» **Work to be completed**
I need each line of the entries below that includes the string "contexts".

» **Data excerpts**

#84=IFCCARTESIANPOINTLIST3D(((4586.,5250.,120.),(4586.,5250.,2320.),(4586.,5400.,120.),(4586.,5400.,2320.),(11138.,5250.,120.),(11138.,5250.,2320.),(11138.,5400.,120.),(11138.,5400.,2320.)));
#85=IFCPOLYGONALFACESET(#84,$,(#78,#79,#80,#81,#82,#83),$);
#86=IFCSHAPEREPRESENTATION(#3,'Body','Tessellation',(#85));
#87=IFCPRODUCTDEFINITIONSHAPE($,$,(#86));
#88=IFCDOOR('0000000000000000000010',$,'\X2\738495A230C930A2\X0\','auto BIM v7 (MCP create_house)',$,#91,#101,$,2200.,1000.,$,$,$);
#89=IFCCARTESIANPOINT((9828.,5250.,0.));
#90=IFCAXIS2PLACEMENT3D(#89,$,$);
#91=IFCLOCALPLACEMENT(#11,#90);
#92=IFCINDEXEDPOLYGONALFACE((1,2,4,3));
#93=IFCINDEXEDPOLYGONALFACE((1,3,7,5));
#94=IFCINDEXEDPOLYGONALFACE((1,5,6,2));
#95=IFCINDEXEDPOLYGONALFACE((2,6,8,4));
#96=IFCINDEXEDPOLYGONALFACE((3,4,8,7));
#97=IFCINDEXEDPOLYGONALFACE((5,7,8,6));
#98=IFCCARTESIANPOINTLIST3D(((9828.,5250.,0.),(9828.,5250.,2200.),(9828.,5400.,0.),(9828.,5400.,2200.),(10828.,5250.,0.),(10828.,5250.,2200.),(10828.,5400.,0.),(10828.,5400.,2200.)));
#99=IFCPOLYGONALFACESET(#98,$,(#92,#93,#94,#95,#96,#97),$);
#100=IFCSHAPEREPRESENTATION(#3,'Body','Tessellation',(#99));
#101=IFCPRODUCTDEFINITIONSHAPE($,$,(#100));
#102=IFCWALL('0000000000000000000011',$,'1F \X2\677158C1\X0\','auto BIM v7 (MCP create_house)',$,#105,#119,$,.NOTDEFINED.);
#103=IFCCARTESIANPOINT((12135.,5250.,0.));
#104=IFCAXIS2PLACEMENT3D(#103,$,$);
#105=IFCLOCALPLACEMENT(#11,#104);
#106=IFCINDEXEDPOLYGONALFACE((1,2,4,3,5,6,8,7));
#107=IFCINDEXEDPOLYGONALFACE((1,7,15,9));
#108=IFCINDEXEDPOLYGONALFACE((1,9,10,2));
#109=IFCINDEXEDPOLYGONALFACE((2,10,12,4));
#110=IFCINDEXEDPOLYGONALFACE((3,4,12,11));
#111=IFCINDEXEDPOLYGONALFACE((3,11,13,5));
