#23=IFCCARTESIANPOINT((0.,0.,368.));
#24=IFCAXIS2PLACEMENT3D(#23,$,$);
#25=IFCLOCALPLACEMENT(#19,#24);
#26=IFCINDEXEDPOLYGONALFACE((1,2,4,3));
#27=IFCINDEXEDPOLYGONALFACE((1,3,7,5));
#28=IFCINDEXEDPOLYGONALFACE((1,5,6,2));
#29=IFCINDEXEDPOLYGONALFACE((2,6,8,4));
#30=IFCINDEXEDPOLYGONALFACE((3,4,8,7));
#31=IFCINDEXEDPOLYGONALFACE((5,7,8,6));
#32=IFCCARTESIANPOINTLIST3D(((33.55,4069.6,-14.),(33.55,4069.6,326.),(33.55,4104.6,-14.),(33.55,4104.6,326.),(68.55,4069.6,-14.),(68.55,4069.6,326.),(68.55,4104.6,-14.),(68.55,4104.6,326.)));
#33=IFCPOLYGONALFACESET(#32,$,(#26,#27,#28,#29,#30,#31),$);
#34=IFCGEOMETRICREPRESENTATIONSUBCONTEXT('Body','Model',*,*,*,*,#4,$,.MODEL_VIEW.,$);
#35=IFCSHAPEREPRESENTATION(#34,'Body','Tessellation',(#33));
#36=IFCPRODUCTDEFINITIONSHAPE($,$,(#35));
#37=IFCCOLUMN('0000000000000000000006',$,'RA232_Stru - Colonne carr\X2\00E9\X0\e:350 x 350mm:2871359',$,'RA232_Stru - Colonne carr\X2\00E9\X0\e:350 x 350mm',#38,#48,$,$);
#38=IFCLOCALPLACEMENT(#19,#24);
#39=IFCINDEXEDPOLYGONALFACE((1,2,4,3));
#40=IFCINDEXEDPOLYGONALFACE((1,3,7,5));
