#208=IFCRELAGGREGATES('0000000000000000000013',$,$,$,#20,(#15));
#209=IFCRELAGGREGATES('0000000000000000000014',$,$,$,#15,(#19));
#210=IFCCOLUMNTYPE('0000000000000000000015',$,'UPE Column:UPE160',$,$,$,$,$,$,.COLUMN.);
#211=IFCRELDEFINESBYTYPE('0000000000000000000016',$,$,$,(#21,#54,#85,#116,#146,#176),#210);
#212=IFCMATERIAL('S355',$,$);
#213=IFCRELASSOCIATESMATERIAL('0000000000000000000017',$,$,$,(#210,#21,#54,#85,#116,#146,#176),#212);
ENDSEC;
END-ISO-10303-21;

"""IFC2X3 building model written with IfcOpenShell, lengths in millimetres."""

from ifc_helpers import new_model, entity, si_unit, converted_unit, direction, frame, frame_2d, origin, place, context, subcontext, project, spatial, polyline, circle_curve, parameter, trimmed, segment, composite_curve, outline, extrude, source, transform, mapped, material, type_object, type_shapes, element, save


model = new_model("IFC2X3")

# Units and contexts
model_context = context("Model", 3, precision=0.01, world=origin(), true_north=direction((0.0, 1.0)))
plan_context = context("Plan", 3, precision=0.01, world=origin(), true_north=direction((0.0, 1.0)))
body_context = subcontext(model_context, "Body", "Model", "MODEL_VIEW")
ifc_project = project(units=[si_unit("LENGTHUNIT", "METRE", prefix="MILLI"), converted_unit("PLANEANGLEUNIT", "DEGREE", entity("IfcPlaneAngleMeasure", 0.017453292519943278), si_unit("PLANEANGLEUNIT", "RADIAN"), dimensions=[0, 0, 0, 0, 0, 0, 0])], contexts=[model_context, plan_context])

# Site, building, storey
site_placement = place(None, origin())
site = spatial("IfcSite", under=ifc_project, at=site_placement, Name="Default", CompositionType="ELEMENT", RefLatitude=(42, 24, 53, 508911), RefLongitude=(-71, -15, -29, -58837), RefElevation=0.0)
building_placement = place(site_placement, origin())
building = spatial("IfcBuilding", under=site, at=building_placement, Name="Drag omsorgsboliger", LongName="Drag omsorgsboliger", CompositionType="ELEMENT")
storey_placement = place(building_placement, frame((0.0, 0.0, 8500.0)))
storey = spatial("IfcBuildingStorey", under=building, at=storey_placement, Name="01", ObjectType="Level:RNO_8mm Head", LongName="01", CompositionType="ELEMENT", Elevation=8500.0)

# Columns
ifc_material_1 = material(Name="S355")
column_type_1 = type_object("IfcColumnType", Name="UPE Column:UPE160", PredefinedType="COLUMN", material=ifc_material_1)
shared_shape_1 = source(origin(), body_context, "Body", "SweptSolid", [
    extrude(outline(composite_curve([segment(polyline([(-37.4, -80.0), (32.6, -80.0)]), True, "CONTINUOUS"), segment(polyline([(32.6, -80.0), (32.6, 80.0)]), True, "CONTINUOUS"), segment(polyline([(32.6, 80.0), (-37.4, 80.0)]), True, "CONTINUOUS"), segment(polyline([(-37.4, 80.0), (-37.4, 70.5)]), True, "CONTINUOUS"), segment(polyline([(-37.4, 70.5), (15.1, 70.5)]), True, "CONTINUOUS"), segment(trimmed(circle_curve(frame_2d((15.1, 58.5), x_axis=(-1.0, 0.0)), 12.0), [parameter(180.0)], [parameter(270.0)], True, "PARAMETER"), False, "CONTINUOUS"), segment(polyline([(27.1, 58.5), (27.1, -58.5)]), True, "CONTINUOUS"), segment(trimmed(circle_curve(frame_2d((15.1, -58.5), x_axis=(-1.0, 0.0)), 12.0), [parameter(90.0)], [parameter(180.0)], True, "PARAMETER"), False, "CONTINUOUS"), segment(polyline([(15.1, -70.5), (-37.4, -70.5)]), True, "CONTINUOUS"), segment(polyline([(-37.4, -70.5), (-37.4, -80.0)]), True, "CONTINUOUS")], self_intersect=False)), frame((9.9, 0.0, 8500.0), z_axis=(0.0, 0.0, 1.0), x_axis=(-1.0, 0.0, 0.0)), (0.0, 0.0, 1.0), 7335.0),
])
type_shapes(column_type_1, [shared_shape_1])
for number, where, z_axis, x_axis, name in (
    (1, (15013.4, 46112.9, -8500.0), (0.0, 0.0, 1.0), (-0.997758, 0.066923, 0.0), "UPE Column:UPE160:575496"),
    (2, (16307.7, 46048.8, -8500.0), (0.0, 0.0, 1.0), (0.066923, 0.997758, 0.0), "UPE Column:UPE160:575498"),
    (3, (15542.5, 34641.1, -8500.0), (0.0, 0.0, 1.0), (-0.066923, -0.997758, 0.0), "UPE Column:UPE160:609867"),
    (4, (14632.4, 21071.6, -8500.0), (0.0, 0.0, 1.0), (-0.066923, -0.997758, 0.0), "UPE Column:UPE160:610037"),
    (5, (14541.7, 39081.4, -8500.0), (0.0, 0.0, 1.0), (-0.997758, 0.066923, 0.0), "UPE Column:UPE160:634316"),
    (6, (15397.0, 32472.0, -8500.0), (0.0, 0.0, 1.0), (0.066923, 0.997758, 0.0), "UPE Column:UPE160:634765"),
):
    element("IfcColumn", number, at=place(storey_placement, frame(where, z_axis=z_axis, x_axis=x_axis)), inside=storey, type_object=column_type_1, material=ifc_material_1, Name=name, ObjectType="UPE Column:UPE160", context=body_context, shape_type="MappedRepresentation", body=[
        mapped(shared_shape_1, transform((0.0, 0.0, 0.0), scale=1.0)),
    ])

» **Output of the exercise**
# Units and contexts
ifc_project = project(units=[si_unit("LENGTHUNIT", "METRE", prefix="MILLI"), converted_unit("PLANEANGLEUNIT", "DEGREE", entity("IfcPlaneAngleMeasure", 0.017453292519943278), si_unit("PLANEANGLEUNIT", "RADIAN"), dimensions=[0, 0, 0, 0, 0, 0, 0])], contexts=[model_context, plan_context])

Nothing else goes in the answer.